Because the exact outcome depends on the cause of action framing and the type of claim, you’ll get the most value by inputting the dates that represent your best-supported timeline.
2) How to think about the timeline (inputs that move the result)
When you use DocketMath, you’ll typically be asked for these dates:
- Treatment date (or the date of the act/omission you allege caused the harm)
- Discovery date (when you knew or should have known of the damage and the liable party)
- Filing date (if you’re evaluating whether a suit is timely)
- Any relevant interrupting event (see “Key exceptions”)
Even a small shift in discovery date can materially change the “relative” limitation outcome, while the treatment/act date anchors the “long-stop” horizon.
3) Typical planning workflow (without assuming facts you don’t have)
Use this approach to avoid deadline surprises:
- Put the treatment date on record (the earliest alleged negligent act matters for many analyses).
- Identify the earliest date you can reasonably support as discovery:
- receiving test results,
- being informed of a misdiagnosis,
- learning a procedure error occurred,
- or diagnosing a complication causally linked to care.
- Then check:
- Is your filing date within the relative period?

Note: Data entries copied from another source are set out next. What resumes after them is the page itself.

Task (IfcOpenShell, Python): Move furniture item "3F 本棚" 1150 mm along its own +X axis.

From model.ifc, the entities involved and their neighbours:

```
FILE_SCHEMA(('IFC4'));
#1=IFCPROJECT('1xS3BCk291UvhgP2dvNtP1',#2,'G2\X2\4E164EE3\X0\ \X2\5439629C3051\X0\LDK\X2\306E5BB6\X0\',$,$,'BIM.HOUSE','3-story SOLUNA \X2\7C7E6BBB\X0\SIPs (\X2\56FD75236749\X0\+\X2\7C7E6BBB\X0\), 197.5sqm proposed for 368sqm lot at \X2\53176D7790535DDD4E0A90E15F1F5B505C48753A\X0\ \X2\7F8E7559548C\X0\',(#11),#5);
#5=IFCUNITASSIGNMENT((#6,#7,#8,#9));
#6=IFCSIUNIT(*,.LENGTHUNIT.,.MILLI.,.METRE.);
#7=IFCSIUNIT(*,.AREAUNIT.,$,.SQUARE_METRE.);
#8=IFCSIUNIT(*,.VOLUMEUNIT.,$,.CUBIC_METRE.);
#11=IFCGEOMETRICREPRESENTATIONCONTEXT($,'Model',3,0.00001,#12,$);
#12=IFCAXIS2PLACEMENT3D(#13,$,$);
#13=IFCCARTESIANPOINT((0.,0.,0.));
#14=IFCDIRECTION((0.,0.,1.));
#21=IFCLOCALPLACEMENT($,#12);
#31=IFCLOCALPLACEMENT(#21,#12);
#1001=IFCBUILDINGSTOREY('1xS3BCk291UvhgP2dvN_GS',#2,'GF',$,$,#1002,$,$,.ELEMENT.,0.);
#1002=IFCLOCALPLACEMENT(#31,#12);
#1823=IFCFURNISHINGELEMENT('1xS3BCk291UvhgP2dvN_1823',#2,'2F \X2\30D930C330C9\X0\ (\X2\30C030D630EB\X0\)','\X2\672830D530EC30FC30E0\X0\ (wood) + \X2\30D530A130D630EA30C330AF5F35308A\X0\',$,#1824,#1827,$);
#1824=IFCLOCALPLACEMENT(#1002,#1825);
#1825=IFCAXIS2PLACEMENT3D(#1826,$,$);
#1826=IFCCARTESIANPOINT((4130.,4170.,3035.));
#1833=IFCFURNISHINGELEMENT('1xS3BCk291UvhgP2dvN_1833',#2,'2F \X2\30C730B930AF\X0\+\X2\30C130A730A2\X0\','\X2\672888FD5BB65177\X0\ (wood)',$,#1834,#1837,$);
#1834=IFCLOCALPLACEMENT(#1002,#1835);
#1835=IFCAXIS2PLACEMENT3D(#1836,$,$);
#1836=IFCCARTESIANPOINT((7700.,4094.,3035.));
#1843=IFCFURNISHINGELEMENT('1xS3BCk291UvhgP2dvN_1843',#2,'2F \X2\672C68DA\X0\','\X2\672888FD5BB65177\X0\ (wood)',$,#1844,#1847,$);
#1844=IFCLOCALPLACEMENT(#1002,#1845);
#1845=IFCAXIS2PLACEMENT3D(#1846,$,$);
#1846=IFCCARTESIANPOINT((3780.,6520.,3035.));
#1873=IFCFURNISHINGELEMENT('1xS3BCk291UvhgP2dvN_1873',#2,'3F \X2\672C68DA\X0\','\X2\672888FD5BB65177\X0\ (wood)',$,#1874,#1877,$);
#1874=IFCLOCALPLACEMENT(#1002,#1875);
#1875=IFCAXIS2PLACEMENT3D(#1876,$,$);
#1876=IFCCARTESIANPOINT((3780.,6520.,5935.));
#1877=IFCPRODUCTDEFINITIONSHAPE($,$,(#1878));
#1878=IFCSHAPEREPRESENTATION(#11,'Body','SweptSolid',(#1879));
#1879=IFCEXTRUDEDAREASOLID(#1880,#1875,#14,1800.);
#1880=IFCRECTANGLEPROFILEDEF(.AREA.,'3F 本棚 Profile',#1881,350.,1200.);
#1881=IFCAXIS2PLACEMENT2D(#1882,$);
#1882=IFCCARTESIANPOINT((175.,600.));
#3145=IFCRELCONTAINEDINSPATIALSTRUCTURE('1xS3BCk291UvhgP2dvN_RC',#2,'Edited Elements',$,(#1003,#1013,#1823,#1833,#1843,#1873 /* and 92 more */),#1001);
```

```python
import ifcopenshell
import ifcopenshell.api.geometry
import ifcopenshell.util.placement
import ifcopenshell.util.unit

model = ifcopenshell.open("model.ifc")
unit_scale = ifcopenshell.util.unit.calculate_unit_scale(model)

item = model.by_guid("1xS3BCk291UvhgP2dvN_1873")
matrix = ifcopenshell.util.placement.get_local_placement(item.ObjectPlacement)
matrix[:3, 3] += matrix[:3, 0] * 1.15 / unit_scale
ifcopenshell.api.geometry.edit_object_placement(model, product=item, matrix=matrix, is_si=False)

print(ifcopenshell.util.placement.get_local_placement(item.ObjectPlacement).round(3) + 0.0)

model.write("model_rev.ifc")
```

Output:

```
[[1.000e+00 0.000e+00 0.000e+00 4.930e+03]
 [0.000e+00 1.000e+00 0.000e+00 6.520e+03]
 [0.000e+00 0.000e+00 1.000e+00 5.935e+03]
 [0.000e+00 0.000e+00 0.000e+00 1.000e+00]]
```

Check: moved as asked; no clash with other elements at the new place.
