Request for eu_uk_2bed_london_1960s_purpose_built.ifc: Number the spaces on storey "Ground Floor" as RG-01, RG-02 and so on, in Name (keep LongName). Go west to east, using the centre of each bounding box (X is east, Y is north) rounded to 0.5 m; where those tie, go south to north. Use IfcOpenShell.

First a look at what the model holds.

```python
import ifcopenshell
import ifcopenshell.util.element
import ifcopenshell.util.placement

model = ifcopenshell.open("eu_uk_2bed_london_1960s_purpose_built.ifc")
print(model.schema)
storey = next(s for s in model.by_type("IfcBuildingStorey") if s.Name == "Ground Floor")
spaces = [e for e in ifcopenshell.util.element.get_decomposition(storey) if e.is_a("IfcSpace")]
for e in sorted(spaces, key=lambda e: e.id()):
    origin = ifcopenshell.util.placement.get_local_placement(e.ObjectPlacement)[:3, 3]
    print(e.id(), e.Name, e.LongName, origin.round(2) + 0.0, sep=" | ")
```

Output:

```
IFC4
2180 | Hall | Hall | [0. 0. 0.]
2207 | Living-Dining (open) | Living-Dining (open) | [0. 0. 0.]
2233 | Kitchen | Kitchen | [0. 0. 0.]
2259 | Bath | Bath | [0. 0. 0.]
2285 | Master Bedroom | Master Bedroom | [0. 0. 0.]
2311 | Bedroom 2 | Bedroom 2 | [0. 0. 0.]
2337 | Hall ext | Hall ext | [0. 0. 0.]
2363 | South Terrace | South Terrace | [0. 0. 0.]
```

```python
import ifcopenshell
import ifcopenshell.geom
import ifcopenshell.util.element
import ifcopenshell.util.shape

model = ifcopenshell.open("eu_uk_2bed_london_1960s_purpose_built.ifc")
settings = ifcopenshell.geom.settings()
settings.set("use-world-coords", True)


def centre(element):
    shape = ifcopenshell.geom.create_shape(settings, element)
    return ifcopenshell.util.shape.get_bbox_centroid(shape.geometry)


storey = next(s for s in model.by_type("IfcBuildingStorey") if s.Name == "Ground Floor")
spaces = [e for e in ifcopenshell.util.element.get_decomposition(storey) if e.is_a("IfcSpace")]

# Insertion points can sit at a corner or the storey origin, so sort by the geometry (in metres).
centres = {e: centre(e) for e in spaces}
spaces.sort(key=lambda e: (round(centres[e][0] / 0.5), centres[e][1]))

for i, e in enumerate(spaces, start=1):
    number = f"RG-{i:02d}"
    e.Name = number
    print(e.id(), number)

model.write("eu_uk_2bed_london_1960s_purpose_built_edited.ifc")
```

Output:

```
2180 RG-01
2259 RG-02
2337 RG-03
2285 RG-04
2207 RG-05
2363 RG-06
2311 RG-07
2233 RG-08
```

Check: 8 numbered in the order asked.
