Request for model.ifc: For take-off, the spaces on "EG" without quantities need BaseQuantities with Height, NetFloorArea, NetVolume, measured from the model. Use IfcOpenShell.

First a look at what the model holds.

```python
import ifcopenshell
import ifcopenshell.util.element
import ifcopenshell.util.unit

model = ifcopenshell.open("model.ifc")
print(model.schema)
for unit_type in ("LENGTHUNIT", "AREAUNIT", "VOLUMEUNIT"):
    print(unit_type, ifcopenshell.util.unit.calculate_unit_scale(model, unit_type))
storey = next(s for s in model.by_type("IfcBuildingStorey") if s.Name == "EG")
spaces = [e for e in ifcopenshell.util.element.get_decomposition(storey) if e.is_a("IfcSpace")]
for e in sorted(spaces, key=lambda e: e.id()):
    print(e.id(), e.is_a(), e.Name, list(ifcopenshell.util.element.get_psets(e, qtos_only=True)), sep=" | ")
```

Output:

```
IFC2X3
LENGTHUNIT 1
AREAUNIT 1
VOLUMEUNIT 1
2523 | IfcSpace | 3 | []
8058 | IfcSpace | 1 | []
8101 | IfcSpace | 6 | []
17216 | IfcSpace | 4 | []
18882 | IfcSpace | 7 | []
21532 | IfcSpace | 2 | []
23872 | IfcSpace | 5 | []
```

```python
import ifcopenshell
import ifcopenshell.api.pset
import ifcopenshell.geom
import ifcopenshell.util.element
import ifcopenshell.util.shape
import ifcopenshell.util.unit

model = ifcopenshell.open("model.ifc")
unit_scale = ifcopenshell.util.unit.calculate_unit_scale(model)
area_scale = ifcopenshell.util.unit.calculate_unit_scale(model, "AREAUNIT")
volume_scale = ifcopenshell.util.unit.calculate_unit_scale(model, "VOLUMEUNIT")
settings = ifcopenshell.geom.settings()

storey = next(s for s in model.by_type("IfcBuildingStorey") if s.Name == "EG")
spaces = [e for e in ifcopenshell.util.element.get_decomposition(storey) if e.is_a("IfcSpace")]

for e in sorted(spaces, key=lambda e: e.id()):
    if ifcopenshell.util.element.get_psets(e, qtos_only=True, should_inherit=False):
        continue
    # Geometry comes back in metres, in the element's own axes.
    shape = ifcopenshell.geom.create_shape(settings, e)
    values = {
        "Height": ifcopenshell.util.shape.get_z(shape.geometry) / unit_scale,
        "NetFloorArea": ifcopenshell.util.shape.get_footprint_area(shape.geometry) / area_scale,
        "NetVolume": ifcopenshell.util.shape.get_volume(shape.geometry) / volume_scale,
    }
    qto = ifcopenshell.api.pset.add_qto(model, product=e, name="BaseQuantities")
    ifcopenshell.api.pset.edit_qto(model, qto=qto, properties=values)
    print(e.id(), {k: round(v, 3) for k, v in values.items()})

model.write("model_v2.ifc")
```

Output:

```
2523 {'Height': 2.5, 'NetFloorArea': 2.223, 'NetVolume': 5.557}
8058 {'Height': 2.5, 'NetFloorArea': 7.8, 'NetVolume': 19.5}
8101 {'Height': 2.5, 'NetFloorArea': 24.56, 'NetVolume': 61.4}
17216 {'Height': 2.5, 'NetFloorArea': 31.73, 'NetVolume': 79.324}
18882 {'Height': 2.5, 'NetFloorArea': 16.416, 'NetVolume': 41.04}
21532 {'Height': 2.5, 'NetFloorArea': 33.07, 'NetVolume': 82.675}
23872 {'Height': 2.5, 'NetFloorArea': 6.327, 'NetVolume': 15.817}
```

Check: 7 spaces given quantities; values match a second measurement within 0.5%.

- Even if it is, does it fall before the long-stop cutoff?
Key exceptions
Exceptions and related doctrines can affect whether the limitation clock runs normally, pauses, or resets. Below are common categories that may matter in Turkey medical-compensation disputes.
Interruptions and stops (events that prevent “clock continues”)
Courts and claimants often look at whether a limitation clock is interrupted by legally recognized steps (for example, filing an action, certain formal notifications, or other events recognized in the applicable limitation regime). The practical takeaway:
- If you took an action that legally counts as an interruption, your deadline may be later than a simple date-to-date calculation suggests.
- If no interrupting event exists (or the record doesn’t support it), the limitation may expire as calculated.
Discovery disputes (when “you should have known” becomes litigated)
For many civil limitations, discovery timing is central. If the defense argues that you should have known earlier, the relative deadline can move.
Common evidence themes include:
- medical records and consultation notes,
- documentation of when you were informed of adverse outcomes,
- expert reports or diagnosis dates,
- correspondence that shows awareness of potential causation.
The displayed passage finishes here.